The Consortium's basic formal role remained largely unchanged until the Long War, but informally it increasingly served as an informal venue for bankers and financiers to coordinate their activities and lend one another money, particularly those who operated in multiple jurisdictions; the 'Foremost Banks of the Consortium' moreover regularly lent money as a common entity and provided prestigious accepting functions by guaranteeing the value of bills. Moreover, although the first Auditors were Scholars appointed by the Treasurer, from the late 1890s onwards the position was typically appointed by one of the three great Banks of the Prysostaia, who seem to have been granted this honour in implicit exchange for supporting the government through the disastrous Bes Doun crisis (although the exact details of how this convention arose remain unclear to Western scholarship). The rule of the Prysostaic houses was in turn overthrown by the largest foreign banks after the events of the Thrall and the Congress of Kethpor, with the Terophite Hvamhesham Doun appointed as Auditor as part of the setting up of the Terophatic Ascendancy, under which the Consortium played a supervisory role in the Terophan-centric Joriscian financial system that remained in place until the Terophatic Implosion of 1979-1980. This role was formalised at the Congress of Molot in 1983, which essentially created the Consortium as it is today by replacing the Auditor with a committee of senior bankers modelled on the Panarchate.

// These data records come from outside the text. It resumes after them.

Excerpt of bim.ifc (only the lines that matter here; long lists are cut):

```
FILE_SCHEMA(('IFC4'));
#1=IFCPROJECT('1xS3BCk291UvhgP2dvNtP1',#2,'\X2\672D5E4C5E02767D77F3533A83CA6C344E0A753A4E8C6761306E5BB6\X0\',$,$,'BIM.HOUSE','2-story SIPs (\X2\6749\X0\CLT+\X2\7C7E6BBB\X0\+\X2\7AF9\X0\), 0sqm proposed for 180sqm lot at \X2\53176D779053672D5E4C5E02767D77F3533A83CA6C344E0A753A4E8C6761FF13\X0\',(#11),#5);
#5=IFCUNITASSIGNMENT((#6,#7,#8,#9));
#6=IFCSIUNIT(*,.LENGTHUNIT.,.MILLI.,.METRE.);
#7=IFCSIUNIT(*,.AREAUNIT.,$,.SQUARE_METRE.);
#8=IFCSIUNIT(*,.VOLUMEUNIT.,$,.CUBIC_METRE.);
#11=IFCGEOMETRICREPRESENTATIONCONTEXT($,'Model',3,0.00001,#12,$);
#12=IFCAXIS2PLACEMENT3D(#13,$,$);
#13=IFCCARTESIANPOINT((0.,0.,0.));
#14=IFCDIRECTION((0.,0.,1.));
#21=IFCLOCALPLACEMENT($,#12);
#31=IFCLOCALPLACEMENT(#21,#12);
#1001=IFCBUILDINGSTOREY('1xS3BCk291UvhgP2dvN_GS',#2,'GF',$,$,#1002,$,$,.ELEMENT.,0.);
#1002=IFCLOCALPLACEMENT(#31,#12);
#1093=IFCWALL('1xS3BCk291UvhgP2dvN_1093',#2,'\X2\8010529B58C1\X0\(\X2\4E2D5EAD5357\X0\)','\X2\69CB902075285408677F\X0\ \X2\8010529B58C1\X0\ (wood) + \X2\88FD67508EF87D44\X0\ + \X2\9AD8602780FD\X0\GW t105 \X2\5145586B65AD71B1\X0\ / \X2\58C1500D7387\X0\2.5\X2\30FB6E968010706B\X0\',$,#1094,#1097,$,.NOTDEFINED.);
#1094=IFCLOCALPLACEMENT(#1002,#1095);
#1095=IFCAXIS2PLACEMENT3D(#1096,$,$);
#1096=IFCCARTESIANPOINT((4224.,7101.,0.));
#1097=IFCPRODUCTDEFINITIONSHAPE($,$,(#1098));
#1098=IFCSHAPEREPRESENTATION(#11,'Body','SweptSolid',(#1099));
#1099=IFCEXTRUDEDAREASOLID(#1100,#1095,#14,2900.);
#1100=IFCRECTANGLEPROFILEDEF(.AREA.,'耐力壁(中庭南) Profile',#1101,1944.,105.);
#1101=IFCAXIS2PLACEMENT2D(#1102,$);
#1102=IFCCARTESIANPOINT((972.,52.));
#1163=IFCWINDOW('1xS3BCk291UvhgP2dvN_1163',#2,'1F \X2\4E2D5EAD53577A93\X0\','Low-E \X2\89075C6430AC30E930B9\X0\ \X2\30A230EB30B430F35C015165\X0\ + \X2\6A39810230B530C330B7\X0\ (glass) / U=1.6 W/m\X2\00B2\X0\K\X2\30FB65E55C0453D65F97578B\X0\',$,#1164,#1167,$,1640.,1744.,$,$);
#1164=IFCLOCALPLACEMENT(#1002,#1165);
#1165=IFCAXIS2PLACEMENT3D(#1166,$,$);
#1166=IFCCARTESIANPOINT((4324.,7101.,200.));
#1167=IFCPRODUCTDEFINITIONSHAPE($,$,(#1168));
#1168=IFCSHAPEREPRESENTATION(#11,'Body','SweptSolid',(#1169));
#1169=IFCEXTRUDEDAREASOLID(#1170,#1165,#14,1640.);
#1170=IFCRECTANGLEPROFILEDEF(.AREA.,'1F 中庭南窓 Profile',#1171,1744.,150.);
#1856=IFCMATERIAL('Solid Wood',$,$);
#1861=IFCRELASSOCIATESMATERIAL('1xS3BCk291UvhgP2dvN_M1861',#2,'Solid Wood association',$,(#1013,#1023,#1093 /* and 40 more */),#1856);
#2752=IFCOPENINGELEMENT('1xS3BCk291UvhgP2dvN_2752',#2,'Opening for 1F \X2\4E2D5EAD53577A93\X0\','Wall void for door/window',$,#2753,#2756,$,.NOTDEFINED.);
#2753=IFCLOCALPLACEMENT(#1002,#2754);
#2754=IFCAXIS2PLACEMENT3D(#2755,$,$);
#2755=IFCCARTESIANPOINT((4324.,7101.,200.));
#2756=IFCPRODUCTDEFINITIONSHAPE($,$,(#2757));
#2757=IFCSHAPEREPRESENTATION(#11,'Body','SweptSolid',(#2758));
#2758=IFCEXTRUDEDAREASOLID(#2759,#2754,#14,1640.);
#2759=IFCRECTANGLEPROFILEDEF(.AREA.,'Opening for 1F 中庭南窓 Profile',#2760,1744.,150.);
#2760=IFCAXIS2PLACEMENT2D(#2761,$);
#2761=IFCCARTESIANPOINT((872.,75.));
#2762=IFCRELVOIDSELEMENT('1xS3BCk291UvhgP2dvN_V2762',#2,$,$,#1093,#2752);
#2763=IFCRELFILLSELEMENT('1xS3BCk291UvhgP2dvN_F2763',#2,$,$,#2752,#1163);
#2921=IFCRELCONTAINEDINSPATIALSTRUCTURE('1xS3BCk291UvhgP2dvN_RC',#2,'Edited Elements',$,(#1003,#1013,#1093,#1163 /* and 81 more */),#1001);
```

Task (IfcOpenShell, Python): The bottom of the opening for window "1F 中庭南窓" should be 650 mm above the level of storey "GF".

```python
import numpy as np
import ifcopenshell
import ifcopenshell.api.geometry
import ifcopenshell.geom
import ifcopenshell.util.element
import ifcopenshell.util.placement
import ifcopenshell.util.shape
import ifcopenshell.util.unit

model = ifcopenshell.open("bim.ifc")
unit_scale = ifcopenshell.util.unit.calculate_unit_scale(model)

window = model.by_id(1163)
opening = window.FillsVoids[0].RelatingOpeningElement
storey = ifcopenshell.util.element.get_container(window, ifc_class="IfcBuildingStorey")
level = ifcopenshell.util.placement.get_local_placement(storey.ObjectPlacement)[2, 3]

# The opening's origin need not be at the sill, so measure its lowest point.
shape = ifcopenshell.geom.create_shape(ifcopenshell.geom.settings(), opening)
bottom = ifcopenshell.util.shape.get_shape_bottom_elevation(shape, shape.geometry) / unit_scale
dz = level + 0.65 / unit_scale - bottom

shift = np.array([0.0, 0.0, dz])
# The window is not placed relative to its opening, so move both.
for product in (opening, window):
    matrix = ifcopenshell.util.placement.get_local_placement(product.ObjectPlacement)
    matrix[:3, 3] += shift
    ifcopenshell.api.geometry.edit_object_placement(model, product=product, matrix=matrix, is_si=False)

print(f"moved by {dz * unit_scale:+.3f} m")

model.write("bim_v2.ifc")
```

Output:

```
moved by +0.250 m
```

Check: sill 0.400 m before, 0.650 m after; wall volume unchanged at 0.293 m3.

The Consortium is a controversial institution within Vaestdom. Although public criticism by policymakers is unusual, its de facto autonomy within the hierarchy sits uneasily with the closely integrated and rationalised chain of sovereignty that characterises conventional Vaestopolitical thought, and it is regularly targeted by heresiarchs of various stripes as well as more orthodox statolaters. More prosaically, the requirements of the extensive commercial activities of the Foremost Banks are often not readily reconciled with its functions as Outer Joriscia's guarantor of trade and macroeconomic stability. This has led to occasional attempts to reform the Consortium or impose additional outside control on its activities. In the aftermath of the 1999 Massacre of the Estates, in which it was repeatedly implied that misconduct at the Consortium had played a role (although the exact details remain subject to conjecture), Scholarly supervision was notionally imposed on the Consortium for the first time in over a century, with representatives of the Ordinary Banners joining the Audition Board. More dramatically, in 2018 four members of the Consortium were subjected to character judgement after they were found to have colluded in misappropriation of funds, an unusual case of public punishment. In practice, however, these attempts seem to have had little influence on the body's internal workings.